- AIM OF THE TASK: Search the data for the word "IFCRELDEFINESBYTYPE" and copy every line where it occurs.

- - -

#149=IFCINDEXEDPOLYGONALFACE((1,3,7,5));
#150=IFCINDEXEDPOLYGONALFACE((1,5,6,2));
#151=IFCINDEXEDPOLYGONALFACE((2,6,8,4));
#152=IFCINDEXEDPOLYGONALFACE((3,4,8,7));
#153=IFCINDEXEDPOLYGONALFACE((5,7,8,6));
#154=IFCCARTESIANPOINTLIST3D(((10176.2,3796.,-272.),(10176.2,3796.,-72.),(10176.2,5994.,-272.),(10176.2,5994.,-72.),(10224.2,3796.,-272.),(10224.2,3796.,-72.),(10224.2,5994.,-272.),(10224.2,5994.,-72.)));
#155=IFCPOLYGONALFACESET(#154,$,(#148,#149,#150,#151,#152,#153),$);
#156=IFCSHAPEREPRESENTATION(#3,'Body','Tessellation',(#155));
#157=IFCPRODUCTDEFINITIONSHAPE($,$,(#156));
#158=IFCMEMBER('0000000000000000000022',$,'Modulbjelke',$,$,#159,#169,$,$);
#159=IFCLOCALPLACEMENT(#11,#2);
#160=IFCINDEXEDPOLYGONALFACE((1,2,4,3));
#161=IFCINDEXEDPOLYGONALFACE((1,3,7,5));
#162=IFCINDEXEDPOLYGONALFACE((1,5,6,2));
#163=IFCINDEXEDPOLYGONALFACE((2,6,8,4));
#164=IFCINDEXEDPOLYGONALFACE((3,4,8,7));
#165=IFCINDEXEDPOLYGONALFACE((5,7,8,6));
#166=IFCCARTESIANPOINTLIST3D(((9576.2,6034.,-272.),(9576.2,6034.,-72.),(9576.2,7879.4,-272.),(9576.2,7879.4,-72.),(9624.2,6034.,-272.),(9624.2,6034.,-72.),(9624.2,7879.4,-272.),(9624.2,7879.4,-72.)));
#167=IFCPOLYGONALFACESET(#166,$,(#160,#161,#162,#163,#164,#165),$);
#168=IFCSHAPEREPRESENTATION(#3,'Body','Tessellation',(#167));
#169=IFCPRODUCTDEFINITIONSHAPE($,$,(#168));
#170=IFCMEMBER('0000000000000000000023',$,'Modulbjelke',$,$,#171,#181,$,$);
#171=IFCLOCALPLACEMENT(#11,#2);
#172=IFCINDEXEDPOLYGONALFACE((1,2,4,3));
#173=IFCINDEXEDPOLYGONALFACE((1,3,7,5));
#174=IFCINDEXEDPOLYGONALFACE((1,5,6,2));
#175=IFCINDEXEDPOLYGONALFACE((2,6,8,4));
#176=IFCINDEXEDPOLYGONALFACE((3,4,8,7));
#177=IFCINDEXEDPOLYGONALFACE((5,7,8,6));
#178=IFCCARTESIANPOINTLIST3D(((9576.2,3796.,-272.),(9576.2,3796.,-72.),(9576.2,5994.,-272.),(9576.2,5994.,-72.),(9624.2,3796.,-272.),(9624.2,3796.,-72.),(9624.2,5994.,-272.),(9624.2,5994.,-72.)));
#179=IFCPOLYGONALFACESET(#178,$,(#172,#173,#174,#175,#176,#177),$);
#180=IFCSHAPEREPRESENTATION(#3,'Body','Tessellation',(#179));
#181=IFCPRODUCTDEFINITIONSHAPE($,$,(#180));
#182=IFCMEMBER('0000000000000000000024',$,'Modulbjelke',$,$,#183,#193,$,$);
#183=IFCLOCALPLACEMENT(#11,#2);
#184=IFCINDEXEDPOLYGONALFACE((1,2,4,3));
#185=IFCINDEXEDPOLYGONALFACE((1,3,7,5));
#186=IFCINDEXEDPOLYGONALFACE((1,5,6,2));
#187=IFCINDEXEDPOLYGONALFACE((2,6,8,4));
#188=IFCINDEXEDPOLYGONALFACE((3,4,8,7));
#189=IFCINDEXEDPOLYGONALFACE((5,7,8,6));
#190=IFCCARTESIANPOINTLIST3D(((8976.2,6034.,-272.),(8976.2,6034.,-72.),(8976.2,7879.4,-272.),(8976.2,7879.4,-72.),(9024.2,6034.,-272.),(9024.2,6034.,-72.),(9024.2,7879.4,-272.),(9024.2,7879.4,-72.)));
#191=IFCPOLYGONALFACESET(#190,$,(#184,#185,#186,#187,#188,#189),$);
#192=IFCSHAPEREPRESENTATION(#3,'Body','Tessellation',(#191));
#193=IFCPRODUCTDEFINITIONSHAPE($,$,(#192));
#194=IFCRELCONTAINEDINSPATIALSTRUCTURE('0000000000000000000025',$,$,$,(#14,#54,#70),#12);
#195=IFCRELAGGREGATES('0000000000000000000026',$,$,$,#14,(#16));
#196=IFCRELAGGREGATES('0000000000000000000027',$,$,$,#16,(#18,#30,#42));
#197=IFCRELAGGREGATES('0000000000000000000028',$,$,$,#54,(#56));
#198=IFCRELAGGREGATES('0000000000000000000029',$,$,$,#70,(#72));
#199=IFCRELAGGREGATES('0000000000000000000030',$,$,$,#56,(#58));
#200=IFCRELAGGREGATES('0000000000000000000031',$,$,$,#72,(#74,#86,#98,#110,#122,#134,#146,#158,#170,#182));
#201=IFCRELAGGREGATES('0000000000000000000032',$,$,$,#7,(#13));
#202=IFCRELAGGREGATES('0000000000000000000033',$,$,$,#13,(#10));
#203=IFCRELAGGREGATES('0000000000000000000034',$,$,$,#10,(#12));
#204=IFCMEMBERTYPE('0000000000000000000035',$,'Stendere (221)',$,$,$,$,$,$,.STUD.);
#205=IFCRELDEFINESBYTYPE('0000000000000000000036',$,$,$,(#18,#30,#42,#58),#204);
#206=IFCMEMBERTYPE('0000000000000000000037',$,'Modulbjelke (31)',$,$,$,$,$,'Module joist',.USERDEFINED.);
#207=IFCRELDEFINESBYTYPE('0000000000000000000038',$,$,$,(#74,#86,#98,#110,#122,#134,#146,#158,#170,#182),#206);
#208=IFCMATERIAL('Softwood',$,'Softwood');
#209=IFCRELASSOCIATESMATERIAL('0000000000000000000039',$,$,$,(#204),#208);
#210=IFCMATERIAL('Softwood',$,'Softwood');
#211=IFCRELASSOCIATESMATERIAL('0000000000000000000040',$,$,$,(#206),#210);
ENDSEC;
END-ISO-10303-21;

- - -

- YOUR RESPONSE:
#205=IFCRELDEFINESBYTYPE('0000000000000000000036',$,$,$,(#18,#30,#42,#58),#204);
#207=IFCRELDEFINESBYTYPE('0000000000000000000038',$,$,$,(#74,#86,#98,#110,#122,#134,#146,#158,#170,#182),#206);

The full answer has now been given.